**SUPPLIED DATA:**
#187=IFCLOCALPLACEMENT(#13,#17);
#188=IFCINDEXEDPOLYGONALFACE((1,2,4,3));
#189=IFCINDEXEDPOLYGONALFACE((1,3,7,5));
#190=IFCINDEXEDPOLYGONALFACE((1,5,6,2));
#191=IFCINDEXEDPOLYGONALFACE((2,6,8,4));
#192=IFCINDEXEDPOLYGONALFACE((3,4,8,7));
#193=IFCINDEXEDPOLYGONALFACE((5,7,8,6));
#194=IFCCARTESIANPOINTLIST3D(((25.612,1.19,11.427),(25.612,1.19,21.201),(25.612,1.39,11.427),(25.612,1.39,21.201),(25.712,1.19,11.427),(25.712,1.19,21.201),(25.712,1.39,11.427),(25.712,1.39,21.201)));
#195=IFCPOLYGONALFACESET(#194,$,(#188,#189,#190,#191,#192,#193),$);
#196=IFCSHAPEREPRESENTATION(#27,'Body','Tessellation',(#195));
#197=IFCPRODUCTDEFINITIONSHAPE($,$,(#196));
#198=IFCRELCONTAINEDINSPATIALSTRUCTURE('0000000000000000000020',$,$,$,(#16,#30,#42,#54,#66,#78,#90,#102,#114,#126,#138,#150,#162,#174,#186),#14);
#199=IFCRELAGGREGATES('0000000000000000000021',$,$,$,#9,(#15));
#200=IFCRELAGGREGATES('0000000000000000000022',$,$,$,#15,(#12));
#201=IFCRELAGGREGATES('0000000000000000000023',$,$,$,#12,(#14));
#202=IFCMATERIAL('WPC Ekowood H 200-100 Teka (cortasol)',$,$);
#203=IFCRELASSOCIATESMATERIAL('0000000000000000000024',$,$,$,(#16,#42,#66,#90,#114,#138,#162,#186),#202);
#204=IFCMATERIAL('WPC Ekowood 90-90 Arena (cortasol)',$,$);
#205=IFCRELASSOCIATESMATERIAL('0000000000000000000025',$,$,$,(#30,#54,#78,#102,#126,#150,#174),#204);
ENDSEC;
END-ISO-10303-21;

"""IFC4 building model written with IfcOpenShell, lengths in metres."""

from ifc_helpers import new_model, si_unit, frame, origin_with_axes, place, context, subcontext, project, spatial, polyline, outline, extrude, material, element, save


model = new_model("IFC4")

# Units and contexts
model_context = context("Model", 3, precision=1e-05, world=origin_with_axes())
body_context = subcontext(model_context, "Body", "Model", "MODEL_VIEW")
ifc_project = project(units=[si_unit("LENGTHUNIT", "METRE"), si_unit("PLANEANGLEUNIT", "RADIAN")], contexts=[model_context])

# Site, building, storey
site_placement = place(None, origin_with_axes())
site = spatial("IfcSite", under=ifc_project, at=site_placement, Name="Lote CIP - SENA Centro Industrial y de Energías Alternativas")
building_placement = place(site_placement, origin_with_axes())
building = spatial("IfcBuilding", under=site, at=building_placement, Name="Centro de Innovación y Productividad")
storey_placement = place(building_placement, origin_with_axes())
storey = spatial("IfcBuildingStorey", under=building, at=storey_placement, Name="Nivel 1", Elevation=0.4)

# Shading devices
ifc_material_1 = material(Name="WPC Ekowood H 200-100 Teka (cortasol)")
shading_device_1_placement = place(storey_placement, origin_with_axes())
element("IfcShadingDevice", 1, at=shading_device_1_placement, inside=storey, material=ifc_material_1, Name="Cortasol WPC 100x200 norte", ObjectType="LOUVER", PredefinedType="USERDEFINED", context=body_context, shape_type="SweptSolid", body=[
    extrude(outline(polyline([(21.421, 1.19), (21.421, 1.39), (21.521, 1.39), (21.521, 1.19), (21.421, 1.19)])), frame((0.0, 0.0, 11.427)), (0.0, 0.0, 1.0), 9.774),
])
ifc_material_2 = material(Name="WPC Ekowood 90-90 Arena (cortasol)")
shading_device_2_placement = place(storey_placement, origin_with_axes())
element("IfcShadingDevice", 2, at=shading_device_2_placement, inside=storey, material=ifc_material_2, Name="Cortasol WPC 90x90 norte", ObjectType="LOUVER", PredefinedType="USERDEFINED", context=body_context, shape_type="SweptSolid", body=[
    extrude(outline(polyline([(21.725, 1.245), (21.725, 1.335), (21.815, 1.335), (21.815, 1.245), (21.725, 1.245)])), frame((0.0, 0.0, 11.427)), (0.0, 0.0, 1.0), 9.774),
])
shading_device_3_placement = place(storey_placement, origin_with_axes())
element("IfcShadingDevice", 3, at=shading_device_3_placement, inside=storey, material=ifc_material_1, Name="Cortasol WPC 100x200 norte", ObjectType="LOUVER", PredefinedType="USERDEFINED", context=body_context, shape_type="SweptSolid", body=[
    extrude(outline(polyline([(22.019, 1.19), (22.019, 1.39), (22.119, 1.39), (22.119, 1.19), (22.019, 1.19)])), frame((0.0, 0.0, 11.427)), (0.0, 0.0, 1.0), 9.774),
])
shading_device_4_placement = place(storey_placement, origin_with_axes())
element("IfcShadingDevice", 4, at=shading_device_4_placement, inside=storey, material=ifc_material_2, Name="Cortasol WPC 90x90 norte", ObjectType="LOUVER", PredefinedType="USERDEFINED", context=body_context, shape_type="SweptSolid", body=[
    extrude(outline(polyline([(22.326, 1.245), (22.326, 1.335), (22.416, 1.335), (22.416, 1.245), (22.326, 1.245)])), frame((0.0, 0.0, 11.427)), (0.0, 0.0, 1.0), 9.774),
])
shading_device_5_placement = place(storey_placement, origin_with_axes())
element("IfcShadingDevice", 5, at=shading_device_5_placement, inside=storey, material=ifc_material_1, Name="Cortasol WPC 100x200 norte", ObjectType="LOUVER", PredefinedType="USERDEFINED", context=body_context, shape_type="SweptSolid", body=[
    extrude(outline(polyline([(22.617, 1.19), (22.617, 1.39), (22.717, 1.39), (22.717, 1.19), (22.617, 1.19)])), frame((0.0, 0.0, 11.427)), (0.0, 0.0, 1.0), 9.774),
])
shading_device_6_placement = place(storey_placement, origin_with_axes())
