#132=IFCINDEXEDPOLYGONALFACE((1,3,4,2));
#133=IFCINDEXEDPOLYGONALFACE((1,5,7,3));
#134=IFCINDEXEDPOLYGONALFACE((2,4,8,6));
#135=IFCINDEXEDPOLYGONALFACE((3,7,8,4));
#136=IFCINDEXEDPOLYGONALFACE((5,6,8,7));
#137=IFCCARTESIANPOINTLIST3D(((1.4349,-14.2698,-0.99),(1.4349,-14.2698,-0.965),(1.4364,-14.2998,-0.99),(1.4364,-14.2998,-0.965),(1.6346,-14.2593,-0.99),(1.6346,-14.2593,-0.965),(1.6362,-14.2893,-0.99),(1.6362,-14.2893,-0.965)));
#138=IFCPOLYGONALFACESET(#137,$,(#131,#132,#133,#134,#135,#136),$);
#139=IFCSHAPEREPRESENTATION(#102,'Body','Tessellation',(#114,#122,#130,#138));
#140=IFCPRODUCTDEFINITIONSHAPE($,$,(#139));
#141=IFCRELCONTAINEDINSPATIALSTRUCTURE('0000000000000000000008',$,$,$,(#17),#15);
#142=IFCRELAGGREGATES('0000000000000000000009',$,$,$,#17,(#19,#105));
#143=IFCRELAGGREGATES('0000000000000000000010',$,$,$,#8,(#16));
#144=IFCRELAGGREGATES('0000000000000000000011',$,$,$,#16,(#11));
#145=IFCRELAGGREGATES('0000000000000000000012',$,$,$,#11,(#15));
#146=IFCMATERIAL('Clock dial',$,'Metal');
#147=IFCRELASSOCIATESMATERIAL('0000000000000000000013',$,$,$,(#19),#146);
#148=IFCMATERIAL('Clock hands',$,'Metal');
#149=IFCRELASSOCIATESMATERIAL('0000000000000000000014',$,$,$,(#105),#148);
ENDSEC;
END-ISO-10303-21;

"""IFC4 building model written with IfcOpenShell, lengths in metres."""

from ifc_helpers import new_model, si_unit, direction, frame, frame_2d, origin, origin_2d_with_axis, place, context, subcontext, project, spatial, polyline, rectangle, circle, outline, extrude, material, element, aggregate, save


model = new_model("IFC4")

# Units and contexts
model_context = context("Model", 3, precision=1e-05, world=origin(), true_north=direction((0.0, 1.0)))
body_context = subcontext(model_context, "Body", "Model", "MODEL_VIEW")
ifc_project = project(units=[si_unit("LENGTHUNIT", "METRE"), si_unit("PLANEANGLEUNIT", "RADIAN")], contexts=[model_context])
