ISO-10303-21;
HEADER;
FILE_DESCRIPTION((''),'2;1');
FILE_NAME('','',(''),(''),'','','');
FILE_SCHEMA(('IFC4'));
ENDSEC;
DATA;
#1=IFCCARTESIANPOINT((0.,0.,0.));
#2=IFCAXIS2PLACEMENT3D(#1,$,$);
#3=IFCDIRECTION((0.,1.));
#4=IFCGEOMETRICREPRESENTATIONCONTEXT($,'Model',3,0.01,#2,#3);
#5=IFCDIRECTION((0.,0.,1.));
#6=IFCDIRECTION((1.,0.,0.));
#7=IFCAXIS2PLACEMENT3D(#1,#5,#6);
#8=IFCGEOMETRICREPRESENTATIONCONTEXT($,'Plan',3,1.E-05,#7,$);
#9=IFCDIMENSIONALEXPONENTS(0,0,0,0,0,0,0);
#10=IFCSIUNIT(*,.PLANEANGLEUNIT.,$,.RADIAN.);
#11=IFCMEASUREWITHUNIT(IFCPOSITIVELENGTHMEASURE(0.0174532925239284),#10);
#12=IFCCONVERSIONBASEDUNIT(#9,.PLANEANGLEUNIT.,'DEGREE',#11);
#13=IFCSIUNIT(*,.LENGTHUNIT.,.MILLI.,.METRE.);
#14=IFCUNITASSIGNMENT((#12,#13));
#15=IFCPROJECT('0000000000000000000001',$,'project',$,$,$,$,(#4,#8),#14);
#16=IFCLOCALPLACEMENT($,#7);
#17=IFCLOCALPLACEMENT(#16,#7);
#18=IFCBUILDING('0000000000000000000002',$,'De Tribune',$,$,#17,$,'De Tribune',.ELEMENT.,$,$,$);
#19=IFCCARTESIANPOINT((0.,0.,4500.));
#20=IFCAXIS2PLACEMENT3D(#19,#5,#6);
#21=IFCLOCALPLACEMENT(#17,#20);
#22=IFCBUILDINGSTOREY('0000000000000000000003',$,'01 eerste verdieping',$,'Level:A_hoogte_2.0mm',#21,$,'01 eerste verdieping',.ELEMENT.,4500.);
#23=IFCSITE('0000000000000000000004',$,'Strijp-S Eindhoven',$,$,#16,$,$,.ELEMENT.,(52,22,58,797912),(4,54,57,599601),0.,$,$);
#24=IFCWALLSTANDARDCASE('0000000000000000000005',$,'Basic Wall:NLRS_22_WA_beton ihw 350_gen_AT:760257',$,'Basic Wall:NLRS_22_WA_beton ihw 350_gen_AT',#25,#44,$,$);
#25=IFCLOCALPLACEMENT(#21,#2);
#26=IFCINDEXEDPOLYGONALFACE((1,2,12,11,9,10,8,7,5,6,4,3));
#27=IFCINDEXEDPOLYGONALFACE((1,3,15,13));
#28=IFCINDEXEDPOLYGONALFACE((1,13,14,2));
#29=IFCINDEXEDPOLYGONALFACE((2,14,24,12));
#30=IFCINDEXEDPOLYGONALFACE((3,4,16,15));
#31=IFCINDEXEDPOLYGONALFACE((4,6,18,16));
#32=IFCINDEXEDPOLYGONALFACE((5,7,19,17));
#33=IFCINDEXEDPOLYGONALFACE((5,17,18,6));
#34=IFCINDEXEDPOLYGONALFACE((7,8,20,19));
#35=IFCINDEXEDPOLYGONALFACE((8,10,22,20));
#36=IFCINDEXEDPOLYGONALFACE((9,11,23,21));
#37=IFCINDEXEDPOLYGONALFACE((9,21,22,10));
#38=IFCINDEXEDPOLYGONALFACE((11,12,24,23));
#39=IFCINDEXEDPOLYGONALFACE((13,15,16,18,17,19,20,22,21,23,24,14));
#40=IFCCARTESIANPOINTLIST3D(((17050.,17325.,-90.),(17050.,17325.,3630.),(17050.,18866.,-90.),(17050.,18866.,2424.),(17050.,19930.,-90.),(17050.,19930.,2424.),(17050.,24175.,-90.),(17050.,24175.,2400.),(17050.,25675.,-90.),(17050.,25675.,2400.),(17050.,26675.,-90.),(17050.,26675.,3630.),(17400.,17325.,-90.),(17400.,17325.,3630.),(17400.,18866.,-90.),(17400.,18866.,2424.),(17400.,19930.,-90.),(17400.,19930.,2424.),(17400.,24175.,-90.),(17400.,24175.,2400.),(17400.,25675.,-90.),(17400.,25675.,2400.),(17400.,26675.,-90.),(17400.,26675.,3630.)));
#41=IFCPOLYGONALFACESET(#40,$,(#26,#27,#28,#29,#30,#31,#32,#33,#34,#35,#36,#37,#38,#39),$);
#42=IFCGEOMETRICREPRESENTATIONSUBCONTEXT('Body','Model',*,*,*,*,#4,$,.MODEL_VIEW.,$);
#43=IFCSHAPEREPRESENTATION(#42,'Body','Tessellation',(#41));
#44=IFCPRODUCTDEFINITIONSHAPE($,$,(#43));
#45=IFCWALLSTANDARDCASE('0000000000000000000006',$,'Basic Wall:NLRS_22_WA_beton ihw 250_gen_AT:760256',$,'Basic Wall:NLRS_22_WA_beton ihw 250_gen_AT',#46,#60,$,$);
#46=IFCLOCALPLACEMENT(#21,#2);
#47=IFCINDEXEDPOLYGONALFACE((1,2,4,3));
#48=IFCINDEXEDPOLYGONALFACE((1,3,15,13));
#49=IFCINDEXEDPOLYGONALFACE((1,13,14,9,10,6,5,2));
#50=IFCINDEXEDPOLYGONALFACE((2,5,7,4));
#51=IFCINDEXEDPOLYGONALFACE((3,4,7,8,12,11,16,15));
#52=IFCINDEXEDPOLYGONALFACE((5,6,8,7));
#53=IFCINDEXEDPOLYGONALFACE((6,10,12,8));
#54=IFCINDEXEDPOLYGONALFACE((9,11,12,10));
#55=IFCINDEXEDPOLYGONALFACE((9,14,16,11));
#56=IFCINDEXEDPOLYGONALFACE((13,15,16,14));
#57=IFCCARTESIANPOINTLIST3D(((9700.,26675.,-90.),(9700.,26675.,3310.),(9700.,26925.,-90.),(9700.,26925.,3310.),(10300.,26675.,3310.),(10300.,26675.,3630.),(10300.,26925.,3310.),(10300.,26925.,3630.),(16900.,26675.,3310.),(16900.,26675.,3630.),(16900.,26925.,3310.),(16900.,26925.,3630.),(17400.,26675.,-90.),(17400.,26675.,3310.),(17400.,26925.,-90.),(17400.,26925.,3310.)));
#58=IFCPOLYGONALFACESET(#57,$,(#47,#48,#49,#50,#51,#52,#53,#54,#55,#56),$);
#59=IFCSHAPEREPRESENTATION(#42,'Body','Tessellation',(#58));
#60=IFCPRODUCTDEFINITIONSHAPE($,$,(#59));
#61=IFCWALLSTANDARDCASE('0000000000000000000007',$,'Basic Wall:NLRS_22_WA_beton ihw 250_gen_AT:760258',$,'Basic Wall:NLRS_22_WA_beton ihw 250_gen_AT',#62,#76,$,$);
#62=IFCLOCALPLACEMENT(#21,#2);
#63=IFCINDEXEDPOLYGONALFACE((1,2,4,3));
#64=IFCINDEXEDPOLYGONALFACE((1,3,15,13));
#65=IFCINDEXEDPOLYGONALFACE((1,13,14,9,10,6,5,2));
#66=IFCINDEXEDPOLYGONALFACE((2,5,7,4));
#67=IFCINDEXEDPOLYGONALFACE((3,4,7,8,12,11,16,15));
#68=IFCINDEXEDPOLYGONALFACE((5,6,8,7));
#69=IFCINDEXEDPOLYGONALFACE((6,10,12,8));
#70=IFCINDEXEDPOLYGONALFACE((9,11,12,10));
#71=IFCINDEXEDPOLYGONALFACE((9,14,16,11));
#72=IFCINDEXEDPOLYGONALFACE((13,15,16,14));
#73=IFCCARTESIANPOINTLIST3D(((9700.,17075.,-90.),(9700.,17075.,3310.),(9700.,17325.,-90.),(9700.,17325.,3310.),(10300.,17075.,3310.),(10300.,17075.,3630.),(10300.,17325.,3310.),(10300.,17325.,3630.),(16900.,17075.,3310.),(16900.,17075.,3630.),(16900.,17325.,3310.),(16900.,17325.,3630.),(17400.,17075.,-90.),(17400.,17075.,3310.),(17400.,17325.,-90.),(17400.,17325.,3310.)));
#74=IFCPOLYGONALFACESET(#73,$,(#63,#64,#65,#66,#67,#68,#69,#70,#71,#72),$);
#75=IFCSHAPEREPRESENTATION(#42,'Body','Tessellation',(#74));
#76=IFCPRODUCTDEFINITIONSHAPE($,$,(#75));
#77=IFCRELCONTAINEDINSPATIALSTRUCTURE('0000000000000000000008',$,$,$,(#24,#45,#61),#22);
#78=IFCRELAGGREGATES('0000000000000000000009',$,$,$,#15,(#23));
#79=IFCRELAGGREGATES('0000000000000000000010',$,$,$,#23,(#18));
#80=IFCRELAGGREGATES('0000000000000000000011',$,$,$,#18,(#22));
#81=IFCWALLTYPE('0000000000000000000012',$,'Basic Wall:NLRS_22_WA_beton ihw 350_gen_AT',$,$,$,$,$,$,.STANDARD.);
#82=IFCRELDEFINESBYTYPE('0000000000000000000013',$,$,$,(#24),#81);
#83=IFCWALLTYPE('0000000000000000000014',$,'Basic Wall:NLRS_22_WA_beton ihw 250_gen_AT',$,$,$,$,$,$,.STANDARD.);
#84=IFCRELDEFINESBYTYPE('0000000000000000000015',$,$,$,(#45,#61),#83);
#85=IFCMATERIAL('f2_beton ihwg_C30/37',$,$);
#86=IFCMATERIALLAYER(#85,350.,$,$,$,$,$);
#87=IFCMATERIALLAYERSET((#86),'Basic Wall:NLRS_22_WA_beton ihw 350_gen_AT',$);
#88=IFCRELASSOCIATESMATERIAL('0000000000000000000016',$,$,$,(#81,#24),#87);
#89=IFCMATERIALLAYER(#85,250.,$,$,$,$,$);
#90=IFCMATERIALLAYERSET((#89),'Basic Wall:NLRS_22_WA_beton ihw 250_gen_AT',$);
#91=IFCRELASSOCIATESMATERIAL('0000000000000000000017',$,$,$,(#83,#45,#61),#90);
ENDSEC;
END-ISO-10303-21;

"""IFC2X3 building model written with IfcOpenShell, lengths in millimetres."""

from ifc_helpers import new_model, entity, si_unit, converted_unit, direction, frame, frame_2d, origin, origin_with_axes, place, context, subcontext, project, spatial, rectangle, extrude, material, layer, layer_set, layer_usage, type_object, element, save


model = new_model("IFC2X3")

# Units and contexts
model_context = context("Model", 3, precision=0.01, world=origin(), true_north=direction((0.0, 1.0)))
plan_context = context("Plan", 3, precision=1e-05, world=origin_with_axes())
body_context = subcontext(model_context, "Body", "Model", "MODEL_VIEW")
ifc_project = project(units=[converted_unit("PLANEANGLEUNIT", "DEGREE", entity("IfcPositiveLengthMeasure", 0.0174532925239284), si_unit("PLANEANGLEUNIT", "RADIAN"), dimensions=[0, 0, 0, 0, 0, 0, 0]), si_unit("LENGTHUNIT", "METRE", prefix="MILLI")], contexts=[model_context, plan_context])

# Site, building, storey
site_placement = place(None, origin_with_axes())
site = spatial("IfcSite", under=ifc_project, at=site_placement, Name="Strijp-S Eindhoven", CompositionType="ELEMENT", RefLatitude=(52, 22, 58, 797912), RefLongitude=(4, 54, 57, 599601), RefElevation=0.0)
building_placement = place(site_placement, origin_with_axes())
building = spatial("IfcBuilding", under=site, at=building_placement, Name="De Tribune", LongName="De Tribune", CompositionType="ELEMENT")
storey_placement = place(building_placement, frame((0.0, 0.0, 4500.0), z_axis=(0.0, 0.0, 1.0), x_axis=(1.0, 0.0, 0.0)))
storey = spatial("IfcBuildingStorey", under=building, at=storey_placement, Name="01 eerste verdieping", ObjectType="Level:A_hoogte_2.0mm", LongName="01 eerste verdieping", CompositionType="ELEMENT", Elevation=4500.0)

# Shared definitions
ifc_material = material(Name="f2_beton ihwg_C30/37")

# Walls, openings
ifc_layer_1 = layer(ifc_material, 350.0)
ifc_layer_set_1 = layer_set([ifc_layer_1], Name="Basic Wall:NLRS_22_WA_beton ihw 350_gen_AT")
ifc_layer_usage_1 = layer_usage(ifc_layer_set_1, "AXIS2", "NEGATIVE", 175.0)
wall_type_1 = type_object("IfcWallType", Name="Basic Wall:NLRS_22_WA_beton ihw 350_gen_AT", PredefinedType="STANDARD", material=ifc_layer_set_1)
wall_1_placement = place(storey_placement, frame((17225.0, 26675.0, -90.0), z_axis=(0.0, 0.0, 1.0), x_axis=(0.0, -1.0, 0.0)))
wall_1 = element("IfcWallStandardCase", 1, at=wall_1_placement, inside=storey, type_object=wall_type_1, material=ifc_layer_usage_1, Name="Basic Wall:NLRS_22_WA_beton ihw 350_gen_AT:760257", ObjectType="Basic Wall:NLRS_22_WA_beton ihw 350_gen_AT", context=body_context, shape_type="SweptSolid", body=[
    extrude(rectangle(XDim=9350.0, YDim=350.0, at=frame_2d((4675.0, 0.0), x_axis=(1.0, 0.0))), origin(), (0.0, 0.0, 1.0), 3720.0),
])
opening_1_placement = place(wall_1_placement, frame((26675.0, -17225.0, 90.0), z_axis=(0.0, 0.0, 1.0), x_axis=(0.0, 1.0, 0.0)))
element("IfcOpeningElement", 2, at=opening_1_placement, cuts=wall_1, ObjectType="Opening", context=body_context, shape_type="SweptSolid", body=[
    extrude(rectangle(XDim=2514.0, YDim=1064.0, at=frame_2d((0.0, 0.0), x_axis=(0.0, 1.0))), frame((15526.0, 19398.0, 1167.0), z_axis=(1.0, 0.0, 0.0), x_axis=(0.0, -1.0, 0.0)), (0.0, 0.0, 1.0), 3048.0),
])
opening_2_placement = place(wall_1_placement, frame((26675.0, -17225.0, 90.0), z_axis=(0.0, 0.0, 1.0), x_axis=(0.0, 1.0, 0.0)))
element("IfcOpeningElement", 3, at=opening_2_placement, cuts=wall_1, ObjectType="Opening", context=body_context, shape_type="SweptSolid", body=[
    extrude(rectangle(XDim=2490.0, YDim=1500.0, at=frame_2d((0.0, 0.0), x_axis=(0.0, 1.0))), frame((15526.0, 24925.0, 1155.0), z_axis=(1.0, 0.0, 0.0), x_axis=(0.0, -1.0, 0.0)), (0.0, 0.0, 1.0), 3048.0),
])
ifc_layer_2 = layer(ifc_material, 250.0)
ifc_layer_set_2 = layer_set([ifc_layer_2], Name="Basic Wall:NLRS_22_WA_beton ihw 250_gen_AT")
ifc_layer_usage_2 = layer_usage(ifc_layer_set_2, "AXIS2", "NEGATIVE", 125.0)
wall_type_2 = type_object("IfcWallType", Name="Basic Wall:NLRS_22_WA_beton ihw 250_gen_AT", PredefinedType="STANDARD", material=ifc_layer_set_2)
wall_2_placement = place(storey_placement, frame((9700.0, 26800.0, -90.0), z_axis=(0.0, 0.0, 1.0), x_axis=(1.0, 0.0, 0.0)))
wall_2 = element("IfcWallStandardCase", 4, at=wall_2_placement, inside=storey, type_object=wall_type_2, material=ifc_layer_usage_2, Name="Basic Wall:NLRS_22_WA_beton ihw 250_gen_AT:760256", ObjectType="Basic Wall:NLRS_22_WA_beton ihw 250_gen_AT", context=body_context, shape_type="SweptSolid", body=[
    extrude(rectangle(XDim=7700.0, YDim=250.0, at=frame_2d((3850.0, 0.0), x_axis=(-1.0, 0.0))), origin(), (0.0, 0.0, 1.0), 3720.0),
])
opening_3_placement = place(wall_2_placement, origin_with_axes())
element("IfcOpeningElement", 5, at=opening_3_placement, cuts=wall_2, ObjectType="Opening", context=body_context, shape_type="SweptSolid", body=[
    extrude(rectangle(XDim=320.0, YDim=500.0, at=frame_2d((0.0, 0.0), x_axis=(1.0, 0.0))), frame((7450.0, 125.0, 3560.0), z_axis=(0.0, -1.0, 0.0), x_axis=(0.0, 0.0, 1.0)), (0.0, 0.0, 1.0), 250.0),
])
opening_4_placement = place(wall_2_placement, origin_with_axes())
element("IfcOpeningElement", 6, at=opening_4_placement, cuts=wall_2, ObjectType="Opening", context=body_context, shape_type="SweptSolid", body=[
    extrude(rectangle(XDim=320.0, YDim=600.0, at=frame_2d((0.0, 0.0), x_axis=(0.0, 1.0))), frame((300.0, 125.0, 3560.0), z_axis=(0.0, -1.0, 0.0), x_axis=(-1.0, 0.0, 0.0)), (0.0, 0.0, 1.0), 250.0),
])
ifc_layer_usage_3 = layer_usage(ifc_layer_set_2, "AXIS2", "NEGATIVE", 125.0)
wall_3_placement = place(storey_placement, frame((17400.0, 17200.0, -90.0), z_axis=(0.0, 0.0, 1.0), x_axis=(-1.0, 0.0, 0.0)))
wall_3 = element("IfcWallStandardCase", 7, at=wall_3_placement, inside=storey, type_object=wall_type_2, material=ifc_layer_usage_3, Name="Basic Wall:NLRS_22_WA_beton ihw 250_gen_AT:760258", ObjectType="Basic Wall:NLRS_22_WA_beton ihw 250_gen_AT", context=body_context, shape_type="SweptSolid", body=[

--

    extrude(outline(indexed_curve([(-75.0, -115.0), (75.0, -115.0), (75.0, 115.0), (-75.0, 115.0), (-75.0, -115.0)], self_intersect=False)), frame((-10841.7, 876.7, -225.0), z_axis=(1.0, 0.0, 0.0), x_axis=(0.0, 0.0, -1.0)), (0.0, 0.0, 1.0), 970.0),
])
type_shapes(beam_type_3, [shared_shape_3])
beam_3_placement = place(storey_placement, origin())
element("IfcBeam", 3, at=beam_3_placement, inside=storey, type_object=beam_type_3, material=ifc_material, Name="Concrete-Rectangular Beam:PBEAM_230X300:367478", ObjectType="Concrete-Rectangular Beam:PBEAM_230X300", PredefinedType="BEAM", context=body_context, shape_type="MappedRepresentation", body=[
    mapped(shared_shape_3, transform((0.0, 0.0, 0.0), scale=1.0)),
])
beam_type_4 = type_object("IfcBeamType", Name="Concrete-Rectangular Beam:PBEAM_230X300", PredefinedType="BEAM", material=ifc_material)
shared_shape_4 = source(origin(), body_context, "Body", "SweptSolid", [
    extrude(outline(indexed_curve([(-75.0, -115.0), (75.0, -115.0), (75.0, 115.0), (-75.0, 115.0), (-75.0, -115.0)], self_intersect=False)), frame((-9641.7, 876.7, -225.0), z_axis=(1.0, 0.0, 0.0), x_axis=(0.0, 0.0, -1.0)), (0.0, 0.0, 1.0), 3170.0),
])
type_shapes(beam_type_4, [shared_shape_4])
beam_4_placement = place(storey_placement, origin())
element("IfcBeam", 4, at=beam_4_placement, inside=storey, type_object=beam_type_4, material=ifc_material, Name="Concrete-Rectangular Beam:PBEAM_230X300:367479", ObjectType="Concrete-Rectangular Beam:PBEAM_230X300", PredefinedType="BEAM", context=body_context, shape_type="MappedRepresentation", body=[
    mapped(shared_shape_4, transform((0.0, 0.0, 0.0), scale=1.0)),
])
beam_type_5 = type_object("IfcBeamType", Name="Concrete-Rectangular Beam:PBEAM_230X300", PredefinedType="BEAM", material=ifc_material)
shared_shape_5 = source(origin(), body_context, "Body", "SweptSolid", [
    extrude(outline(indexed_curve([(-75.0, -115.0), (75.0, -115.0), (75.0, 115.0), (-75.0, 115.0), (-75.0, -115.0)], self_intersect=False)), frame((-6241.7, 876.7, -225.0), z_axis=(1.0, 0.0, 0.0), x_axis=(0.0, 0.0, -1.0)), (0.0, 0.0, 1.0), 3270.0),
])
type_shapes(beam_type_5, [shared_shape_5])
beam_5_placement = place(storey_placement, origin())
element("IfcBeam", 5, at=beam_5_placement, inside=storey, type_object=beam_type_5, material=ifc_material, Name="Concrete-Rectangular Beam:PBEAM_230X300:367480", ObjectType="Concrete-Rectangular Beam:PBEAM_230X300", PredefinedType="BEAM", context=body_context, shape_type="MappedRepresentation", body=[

**YOUR INSTRUCTIONS:** Among the entries above, copy exactly only the lines starting with the one containing "type_shapes(beam_type_4, [shared_shape_4])" and going through the one containing "beam_5_placement = place(storey_placement, origin())", both ends included.

**SOLUTION:**
type_shapes(beam_type_4, [shared_shape_4])
beam_4_placement = place(storey_placement, origin())
element("IfcBeam", 4, at=beam_4_placement, inside=storey, type_object=beam_type_4, material=ifc_material, Name="Concrete-Rectangular Beam:PBEAM_230X300:367479", ObjectType="Concrete-Rectangular Beam:PBEAM_230X300", PredefinedType="BEAM", context=body_context, shape_type="MappedRepresentation", body=[
    mapped(shared_shape_4, transform((0.0, 0.0, 0.0), scale=1.0)),
])
beam_type_5 = type_object("IfcBeamType", Name="Concrete-Rectangular Beam:PBEAM_230X300", PredefinedType="BEAM", material=ifc_material)
shared_shape_5 = source(origin(), body_context, "Body", "SweptSolid", [
    extrude(outline(indexed_curve([(-75.0, -115.0), (75.0, -115.0), (75.0, 115.0), (-75.0, 115.0), (-75.0, -115.0)], self_intersect=False)), frame((-6241.7, 876.7, -225.0), z_axis=(1.0, 0.0, 0.0), x_axis=(0.0, 0.0, -1.0)), (0.0, 0.0, 1.0), 3270.0),
])
type_shapes(beam_type_5, [shared_shape_5])
beam_5_placement = place(storey_placement, origin())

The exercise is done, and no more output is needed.